== ABOUT THIS EXERCISE ==
Quote exactly and only this range of lines in the data below: the line that holds "#82=IFCINDEXEDPOLYGONALFACE((2,6,10,12,8,4));" to the line that holds "#98=IFCPOLYGONALFACESET(#97,$,(#91,#92,#93,#94,#95,#96),$);", both included.

╭─ RECORDS FOR PROCESSING

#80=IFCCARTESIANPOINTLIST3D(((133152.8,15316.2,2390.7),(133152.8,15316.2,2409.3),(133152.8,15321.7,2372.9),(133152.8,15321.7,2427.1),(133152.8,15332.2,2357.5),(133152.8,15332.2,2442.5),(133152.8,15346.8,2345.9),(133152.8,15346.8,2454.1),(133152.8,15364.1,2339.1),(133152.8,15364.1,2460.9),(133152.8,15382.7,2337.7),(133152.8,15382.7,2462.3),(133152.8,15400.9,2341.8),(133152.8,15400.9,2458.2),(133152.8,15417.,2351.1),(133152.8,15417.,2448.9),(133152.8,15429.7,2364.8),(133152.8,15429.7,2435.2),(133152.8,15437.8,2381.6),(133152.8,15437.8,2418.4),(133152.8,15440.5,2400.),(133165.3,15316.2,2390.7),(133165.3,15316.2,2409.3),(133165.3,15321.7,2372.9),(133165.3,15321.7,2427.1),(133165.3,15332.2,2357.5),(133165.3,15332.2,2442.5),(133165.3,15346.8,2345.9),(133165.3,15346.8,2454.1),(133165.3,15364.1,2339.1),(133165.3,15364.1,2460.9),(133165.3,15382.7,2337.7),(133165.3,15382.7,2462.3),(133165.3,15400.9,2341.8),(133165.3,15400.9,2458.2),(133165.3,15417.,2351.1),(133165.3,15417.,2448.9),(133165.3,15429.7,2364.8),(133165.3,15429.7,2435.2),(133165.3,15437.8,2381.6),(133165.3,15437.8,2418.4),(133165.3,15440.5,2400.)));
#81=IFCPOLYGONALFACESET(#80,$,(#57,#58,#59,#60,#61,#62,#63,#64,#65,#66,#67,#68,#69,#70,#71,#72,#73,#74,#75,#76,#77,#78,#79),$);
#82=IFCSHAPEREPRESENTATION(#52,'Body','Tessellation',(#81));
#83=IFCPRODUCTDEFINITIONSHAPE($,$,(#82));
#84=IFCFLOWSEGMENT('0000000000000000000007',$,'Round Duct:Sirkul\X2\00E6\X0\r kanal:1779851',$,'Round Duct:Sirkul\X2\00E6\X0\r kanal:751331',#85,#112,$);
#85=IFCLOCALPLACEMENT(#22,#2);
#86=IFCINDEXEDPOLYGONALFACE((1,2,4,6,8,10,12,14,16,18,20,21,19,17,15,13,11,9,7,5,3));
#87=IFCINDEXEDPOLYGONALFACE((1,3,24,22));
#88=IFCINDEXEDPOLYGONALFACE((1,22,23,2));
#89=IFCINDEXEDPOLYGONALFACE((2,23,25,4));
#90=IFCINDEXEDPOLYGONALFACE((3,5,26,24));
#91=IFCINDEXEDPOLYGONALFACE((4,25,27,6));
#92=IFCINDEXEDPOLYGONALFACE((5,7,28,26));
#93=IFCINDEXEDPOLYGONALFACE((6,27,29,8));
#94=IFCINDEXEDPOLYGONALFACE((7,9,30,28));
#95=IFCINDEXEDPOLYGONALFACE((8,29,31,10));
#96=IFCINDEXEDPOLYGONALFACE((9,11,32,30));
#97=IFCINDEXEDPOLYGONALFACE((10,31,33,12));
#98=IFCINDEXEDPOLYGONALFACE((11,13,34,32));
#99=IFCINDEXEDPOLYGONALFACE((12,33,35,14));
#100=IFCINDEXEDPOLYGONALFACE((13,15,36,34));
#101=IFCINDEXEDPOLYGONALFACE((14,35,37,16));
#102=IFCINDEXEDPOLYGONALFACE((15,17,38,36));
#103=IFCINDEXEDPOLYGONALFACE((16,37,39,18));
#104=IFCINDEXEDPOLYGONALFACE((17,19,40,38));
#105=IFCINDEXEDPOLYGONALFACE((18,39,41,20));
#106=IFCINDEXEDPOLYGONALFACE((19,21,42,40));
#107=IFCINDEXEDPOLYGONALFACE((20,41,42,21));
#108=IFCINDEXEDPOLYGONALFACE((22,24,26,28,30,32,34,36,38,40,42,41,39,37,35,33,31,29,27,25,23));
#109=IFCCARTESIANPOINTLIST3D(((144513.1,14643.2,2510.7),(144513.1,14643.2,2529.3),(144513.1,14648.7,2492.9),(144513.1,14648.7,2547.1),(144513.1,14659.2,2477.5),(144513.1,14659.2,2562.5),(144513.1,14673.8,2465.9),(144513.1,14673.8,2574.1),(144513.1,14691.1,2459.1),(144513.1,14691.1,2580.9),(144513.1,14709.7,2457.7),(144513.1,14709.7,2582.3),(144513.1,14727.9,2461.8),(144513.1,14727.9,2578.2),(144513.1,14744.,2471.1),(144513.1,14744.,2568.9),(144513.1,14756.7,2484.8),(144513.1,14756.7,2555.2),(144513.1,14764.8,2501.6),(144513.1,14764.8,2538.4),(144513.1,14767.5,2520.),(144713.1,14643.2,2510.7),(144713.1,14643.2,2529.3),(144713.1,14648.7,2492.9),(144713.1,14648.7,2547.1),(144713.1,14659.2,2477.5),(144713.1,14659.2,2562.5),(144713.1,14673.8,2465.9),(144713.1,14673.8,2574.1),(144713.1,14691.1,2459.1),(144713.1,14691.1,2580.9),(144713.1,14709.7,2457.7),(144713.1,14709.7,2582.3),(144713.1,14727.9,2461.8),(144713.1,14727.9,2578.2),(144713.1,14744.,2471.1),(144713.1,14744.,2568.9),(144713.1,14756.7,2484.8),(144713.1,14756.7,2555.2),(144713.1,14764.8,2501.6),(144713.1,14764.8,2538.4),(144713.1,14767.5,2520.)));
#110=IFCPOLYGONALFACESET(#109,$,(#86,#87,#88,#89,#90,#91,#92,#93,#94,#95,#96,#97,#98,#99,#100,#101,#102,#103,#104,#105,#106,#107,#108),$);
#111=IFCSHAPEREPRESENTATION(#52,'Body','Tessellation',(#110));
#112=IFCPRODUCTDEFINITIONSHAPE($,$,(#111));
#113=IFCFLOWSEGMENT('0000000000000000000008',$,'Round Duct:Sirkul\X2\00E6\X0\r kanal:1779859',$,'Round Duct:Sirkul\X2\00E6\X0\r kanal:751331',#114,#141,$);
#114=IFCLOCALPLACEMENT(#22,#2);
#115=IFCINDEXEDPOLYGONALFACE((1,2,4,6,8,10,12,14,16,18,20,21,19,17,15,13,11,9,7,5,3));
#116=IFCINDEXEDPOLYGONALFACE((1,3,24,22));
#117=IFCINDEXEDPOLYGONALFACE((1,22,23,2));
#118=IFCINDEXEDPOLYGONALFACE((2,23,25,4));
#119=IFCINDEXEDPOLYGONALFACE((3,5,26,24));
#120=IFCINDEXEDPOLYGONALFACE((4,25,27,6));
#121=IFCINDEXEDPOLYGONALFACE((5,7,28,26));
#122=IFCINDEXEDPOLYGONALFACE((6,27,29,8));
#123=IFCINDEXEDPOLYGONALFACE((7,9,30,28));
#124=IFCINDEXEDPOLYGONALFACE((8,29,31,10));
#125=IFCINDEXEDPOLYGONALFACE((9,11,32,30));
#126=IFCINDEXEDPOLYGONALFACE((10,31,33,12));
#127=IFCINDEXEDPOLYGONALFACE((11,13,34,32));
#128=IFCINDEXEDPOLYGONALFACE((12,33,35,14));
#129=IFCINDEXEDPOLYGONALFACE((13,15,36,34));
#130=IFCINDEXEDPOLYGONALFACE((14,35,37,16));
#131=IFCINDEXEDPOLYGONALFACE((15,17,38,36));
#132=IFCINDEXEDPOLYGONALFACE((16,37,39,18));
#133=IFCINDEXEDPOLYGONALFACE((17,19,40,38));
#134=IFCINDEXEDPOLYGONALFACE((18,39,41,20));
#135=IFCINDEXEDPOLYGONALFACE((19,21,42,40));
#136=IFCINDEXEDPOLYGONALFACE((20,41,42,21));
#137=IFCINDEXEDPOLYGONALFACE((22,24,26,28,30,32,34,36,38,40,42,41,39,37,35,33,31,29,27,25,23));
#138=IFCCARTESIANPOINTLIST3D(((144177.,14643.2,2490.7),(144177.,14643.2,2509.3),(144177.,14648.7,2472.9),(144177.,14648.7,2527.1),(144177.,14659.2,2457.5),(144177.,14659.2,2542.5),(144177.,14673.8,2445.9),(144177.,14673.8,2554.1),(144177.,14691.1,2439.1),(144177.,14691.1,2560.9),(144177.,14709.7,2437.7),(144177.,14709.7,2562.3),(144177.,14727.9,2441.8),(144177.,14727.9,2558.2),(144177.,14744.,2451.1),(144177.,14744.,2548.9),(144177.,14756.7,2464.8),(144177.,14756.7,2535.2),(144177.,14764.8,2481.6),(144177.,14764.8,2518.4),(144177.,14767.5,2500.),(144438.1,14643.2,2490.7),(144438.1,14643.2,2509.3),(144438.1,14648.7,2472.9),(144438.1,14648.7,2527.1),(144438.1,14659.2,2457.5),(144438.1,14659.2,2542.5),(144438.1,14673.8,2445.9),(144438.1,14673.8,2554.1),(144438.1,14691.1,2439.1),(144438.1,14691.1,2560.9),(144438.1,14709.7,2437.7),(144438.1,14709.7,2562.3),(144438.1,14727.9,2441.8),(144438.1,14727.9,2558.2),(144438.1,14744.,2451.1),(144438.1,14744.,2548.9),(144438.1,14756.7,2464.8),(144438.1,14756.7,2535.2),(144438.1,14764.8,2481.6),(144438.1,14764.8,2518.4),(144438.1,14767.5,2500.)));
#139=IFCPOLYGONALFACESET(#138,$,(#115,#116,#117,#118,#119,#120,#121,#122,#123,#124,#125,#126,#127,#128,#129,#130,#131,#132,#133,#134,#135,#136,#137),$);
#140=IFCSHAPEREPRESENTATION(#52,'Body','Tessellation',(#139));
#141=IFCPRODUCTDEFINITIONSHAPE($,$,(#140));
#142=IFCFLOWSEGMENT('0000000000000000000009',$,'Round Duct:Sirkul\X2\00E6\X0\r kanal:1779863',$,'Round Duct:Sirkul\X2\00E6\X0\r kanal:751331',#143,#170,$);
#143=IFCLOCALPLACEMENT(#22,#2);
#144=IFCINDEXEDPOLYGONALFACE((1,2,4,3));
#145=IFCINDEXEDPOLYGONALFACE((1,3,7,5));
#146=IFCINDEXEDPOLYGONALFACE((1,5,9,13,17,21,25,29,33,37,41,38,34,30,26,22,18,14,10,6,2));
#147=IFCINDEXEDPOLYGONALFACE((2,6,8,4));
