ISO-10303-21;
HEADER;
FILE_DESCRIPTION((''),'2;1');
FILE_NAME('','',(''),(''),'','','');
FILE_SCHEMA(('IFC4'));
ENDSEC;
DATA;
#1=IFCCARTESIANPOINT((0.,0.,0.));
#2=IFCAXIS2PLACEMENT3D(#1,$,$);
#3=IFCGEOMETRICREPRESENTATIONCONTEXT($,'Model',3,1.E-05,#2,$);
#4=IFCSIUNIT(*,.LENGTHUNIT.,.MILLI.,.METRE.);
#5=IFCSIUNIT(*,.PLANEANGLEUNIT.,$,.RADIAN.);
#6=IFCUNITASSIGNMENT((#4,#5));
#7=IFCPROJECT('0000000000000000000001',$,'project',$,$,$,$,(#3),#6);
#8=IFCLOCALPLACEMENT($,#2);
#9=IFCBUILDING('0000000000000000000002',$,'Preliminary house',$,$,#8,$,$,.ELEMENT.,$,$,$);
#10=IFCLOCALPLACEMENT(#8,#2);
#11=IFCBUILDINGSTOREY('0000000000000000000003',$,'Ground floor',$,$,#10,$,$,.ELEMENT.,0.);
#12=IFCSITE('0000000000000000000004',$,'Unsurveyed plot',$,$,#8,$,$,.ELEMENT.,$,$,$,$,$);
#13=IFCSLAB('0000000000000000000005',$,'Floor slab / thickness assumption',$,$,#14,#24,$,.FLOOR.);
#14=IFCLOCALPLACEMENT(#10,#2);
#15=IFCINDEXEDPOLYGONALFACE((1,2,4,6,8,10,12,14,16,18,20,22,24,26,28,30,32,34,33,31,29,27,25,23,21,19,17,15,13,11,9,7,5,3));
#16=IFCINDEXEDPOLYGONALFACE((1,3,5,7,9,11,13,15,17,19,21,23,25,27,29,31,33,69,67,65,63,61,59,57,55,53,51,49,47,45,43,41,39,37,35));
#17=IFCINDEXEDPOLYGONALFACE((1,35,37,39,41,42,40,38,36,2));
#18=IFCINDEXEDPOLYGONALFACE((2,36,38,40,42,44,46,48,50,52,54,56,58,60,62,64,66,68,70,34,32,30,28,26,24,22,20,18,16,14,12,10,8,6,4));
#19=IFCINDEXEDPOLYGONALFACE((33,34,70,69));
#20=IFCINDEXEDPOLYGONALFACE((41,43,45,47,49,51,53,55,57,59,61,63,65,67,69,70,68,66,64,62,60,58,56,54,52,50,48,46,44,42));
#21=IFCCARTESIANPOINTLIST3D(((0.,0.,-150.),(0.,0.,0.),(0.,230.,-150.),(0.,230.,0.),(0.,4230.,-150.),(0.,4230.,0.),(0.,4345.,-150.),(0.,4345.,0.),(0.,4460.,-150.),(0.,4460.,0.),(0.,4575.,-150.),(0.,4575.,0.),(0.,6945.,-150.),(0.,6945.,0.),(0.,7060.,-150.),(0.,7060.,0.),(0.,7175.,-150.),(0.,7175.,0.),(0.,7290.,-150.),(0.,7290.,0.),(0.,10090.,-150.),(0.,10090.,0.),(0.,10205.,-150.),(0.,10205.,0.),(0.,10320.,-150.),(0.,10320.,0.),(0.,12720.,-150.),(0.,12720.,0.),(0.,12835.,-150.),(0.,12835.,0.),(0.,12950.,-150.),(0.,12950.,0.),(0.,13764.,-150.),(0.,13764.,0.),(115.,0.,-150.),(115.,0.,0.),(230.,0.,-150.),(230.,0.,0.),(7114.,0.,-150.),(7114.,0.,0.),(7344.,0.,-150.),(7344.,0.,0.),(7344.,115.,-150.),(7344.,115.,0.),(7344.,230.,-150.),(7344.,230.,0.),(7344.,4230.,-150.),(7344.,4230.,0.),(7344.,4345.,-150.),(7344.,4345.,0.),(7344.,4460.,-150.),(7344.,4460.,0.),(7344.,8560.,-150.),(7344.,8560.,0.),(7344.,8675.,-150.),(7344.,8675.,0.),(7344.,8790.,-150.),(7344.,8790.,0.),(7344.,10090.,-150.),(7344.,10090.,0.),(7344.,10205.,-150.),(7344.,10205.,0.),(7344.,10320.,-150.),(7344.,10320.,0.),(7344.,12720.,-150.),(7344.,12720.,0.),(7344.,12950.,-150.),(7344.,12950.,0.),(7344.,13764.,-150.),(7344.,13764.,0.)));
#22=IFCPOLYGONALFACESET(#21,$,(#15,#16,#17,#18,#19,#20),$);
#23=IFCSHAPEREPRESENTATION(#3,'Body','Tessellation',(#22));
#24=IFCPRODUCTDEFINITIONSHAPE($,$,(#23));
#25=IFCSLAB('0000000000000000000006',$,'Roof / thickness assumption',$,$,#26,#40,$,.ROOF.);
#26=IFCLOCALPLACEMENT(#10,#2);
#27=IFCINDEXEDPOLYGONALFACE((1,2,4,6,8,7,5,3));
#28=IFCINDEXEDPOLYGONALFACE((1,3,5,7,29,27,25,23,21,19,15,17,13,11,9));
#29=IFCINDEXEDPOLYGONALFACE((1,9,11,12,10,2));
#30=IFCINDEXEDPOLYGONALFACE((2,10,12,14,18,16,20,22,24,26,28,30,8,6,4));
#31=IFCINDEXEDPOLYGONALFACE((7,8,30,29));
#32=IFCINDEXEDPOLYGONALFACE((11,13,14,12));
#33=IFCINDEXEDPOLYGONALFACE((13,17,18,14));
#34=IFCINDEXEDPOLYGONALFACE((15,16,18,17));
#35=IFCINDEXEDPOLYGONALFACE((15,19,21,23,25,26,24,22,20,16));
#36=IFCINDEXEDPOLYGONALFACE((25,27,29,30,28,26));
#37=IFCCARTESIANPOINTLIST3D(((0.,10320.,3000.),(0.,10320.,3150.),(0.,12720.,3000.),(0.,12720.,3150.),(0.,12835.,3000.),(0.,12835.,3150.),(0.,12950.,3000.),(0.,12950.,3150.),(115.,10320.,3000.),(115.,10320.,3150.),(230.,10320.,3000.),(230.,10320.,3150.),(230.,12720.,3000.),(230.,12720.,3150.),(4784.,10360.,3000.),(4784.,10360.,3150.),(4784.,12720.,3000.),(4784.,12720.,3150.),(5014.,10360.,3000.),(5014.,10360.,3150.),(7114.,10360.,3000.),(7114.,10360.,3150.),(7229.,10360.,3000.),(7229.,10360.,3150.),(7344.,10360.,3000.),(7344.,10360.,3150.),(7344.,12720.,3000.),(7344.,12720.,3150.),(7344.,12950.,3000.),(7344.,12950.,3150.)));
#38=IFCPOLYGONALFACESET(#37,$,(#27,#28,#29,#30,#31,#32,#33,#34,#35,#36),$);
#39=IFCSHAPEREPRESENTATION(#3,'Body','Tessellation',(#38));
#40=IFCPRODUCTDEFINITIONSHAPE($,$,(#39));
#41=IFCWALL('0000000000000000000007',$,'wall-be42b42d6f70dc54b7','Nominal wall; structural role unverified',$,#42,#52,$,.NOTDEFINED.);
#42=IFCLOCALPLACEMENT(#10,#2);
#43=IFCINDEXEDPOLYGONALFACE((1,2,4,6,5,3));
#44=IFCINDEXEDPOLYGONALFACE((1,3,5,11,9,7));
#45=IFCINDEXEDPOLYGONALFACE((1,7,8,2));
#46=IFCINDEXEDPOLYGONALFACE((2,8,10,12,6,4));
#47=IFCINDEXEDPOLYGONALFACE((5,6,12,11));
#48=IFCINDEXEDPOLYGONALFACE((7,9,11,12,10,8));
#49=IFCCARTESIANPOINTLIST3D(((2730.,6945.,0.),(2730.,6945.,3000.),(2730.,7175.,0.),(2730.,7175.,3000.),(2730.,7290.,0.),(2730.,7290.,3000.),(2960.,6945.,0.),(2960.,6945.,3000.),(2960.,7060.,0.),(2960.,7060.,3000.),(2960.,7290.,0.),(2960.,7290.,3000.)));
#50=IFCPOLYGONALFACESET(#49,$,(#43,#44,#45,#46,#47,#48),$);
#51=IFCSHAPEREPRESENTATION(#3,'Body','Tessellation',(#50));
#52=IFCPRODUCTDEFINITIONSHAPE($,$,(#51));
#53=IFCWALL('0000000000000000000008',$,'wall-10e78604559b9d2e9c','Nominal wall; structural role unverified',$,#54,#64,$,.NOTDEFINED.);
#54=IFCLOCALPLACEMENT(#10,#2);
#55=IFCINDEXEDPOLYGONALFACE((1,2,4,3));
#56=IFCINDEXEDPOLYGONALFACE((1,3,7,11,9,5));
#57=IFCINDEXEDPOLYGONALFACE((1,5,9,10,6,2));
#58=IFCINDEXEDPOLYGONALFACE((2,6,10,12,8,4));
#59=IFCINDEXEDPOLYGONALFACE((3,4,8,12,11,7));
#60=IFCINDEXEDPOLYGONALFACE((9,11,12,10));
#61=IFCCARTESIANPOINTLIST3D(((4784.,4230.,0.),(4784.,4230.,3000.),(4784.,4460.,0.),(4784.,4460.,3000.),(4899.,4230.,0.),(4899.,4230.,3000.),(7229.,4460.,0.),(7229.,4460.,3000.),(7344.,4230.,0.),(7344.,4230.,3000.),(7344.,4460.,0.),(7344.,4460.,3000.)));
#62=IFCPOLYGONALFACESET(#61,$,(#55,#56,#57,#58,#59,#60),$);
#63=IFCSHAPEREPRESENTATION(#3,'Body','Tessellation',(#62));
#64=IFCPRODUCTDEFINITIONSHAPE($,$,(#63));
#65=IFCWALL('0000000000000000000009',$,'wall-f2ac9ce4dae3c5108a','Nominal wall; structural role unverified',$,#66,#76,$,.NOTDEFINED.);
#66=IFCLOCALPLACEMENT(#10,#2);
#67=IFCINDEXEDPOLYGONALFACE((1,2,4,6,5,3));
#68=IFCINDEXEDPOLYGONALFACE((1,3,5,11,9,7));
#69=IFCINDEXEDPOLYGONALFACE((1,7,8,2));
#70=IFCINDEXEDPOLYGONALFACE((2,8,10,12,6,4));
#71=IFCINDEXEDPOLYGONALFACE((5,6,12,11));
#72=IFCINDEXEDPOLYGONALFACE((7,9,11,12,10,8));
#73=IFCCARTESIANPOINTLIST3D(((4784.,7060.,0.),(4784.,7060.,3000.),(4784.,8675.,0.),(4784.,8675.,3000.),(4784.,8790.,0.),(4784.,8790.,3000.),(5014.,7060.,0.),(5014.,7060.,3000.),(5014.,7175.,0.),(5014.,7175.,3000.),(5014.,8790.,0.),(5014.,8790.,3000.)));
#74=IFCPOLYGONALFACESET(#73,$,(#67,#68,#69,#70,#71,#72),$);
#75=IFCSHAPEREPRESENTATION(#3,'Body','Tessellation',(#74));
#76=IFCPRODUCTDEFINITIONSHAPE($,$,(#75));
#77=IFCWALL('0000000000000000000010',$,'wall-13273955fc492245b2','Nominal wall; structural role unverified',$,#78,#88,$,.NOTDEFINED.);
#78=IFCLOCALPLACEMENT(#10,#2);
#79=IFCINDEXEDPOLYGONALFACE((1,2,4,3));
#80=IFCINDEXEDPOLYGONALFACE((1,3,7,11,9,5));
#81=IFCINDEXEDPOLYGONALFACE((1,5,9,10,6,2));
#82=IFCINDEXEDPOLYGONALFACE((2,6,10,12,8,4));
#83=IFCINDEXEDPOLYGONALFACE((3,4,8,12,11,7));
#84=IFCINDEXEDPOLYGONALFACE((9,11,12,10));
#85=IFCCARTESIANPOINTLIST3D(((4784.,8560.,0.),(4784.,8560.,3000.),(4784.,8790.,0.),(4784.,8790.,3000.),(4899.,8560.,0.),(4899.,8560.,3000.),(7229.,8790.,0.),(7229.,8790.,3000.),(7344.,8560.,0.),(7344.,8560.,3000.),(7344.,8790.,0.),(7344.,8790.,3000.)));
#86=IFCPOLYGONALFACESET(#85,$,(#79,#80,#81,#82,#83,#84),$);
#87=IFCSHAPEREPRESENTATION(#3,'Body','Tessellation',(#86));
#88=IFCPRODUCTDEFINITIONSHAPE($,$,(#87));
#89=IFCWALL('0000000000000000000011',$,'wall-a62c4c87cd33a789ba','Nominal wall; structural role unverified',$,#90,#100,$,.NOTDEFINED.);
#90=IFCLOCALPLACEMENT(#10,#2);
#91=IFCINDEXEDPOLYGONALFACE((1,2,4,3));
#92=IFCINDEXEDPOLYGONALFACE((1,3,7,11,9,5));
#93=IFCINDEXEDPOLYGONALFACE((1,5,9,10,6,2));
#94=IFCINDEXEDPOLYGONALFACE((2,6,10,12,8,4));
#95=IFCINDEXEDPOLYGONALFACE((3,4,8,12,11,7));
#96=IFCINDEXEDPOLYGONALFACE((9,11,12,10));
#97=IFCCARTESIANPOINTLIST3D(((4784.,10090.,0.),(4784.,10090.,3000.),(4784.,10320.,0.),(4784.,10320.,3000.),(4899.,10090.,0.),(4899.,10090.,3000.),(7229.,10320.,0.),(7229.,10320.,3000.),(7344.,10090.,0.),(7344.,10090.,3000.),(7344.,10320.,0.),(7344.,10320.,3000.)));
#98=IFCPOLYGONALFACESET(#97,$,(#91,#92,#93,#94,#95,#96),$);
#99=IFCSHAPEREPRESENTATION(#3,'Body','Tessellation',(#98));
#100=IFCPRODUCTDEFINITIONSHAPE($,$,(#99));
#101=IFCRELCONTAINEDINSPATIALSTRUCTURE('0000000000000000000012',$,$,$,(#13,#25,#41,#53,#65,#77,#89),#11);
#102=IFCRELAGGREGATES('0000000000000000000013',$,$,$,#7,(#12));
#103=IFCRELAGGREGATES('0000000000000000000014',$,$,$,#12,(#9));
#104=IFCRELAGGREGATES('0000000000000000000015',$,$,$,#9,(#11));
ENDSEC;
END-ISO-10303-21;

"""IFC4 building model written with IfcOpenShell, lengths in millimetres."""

from ifc_helpers import new_model, si_unit, frame, origin, place, context, project, spatial, polyline, outline, extrude, element, save


model = new_model("IFC4")

# Units and contexts
model_context = context("Model", 3, precision=1e-05, world=origin())
ifc_project = project(units=[si_unit("LENGTHUNIT", "METRE", prefix="MILLI"), si_unit("PLANEANGLEUNIT", "RADIAN")], contexts=[model_context])

# Site, building, storey
placement_1 = place(None, origin())
site = spatial("IfcSite", under=ifc_project, at=placement_1, Name="Unsurveyed plot", CompositionType="ELEMENT")
building = spatial("IfcBuilding", under=site, at=placement_1, Name="Preliminary house", CompositionType="ELEMENT")
placement_2 = place(placement_1, origin())
storey = spatial("IfcBuildingStorey", under=building, at=placement_2, Name="Ground floor", CompositionType="ELEMENT", Elevation=0.0)

# Slabs
element("IfcSlab", 1, at=placement_2, inside=storey, Name="Floor slab / thickness assumption", PredefinedType="FLOOR", context=model_context, shape_type="SweptSolid", body=[
    extrude(outline(polyline([(0.0, 0.0), (0.0, 230.0), (0.0, 4230.0), (0.0, 4345.0), (0.0, 4460.0), (0.0, 4575.0), (0.0, 6945.0), (0.0, 7060.0), (0.0, 7175.0), (0.0, 7290.0), (0.0, 10090.0), (0.0, 10205.0), (0.0, 10320.0), (0.0, 12720.0), (0.0, 12835.0), (0.0, 12950.0), (0.0, 13764.0), (7344.0, 13764.0), (7344.0, 12950.0), (7344.0, 12720.0), (7344.0, 10320.0), (7344.0, 10205.0), (7344.0, 10090.0), (7344.0, 8790.0), (7344.0, 8675.0), (7344.0, 8560.0), (7344.0, 4460.0), (7344.0, 4345.0), (7344.0, 4230.0), (7344.0, 230.0), (7344.0, 115.0), (7344.0, 0.0), (7114.0, 0.0), (230.0, 0.0), (115.0, 0.0), (0.0, 0.0)])), frame((0.0, 0.0, -150.0)), (0.0, 0.0, 1.0), 150.0),
])
element("IfcSlab", 2, at=placement_2, inside=storey, Name="Roof / thickness assumption", PredefinedType="ROOF", context=model_context, shape_type="SweptSolid", body=[
    extrude(outline(polyline([(0.0, 12720.0), (0.0, 12835.0), (0.0, 12950.0), (7344.0, 12950.0), (7344.0, 12720.0), (7344.0, 10360.0), (7229.0, 10360.0), (7114.0, 10360.0), (5014.0, 10360.0), (4784.0, 10360.0), (4784.0, 12720.0), (230.0, 12720.0), (230.0, 10320.0), (115.0, 10320.0), (0.0, 10320.0), (0.0, 12720.0)])), frame((0.0, 0.0, 3000.0)), (0.0, 0.0, 1.0), 150.0),
])

# Wall
element("IfcWall", 3, at=placement_2, inside=storey, Name="wall-be42b42d6f70dc54b7", Description="Nominal wall; structural role unverified", PredefinedType="NOTDEFINED", context=model_context, shape_type="SweptSolid", body=[
    extrude(outline(polyline([(2730.0, 7175.0), (2730.0, 7290.0), (2960.0, 7290.0), (2960.0, 7060.0), (2960.0, 6945.0), (2730.0, 6945.0), (2730.0, 7175.0)])), origin(), (0.0, 0.0, 1.0), 3000.0),
])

╰─

== EXERCISE SOLUTION ==
#82=IFCINDEXEDPOLYGONALFACE((2,6,10,12,8,4));
#83=IFCINDEXEDPOLYGONALFACE((3,4,8,12,11,7));
#84=IFCINDEXEDPOLYGONALFACE((9,11,12,10));
#85=IFCCARTESIANPOINTLIST3D(((4784.,8560.,0.),(4784.,8560.,3000.),(4784.,8790.,0.),(4784.,8790.,3000.),(4899.,8560.,0.),(4899.,8560.,3000.),(7229.,8790.,0.),(7229.,8790.,3000.),(7344.,8560.,0.),(7344.,8560.,3000.),(7344.,8790.,0.),(7344.,8790.,3000.)));
#86=IFCPOLYGONALFACESET(#85,$,(#79,#80,#81,#82,#83,#84),$);
#87=IFCSHAPEREPRESENTATION(#3,'Body','Tessellation',(#86));
#88=IFCPRODUCTDEFINITIONSHAPE($,$,(#87));
#89=IFCWALL('0000000000000000000011',$,'wall-a62c4c87cd33a789ba','Nominal wall; structural role unverified',$,#90,#100,$,.NOTDEFINED.);
#90=IFCLOCALPLACEMENT(#10,#2);
#91=IFCINDEXEDPOLYGONALFACE((1,2,4,3));
#92=IFCINDEXEDPOLYGONALFACE((1,3,7,11,9,5));
#93=IFCINDEXEDPOLYGONALFACE((1,5,9,10,6,2));
#94=IFCINDEXEDPOLYGONALFACE((2,6,10,12,8,4));
#95=IFCINDEXEDPOLYGONALFACE((3,4,8,12,11,7));
#96=IFCINDEXEDPOLYGONALFACE((9,11,12,10));
#97=IFCCARTESIANPOINTLIST3D(((4784.,10090.,0.),(4784.,10090.,3000.),(4784.,10320.,0.),(4784.,10320.,3000.),(4899.,10090.,0.),(4899.,10090.,3000.),(7229.,10320.,0.),(7229.,10320.,3000.),(7344.,10090.,0.),(7344.,10090.,3000.),(7344.,10320.,0.),(7344.,10320.,3000.)));
#98=IFCPOLYGONALFACESET(#97,$,(#91,#92,#93,#94,#95,#96),$);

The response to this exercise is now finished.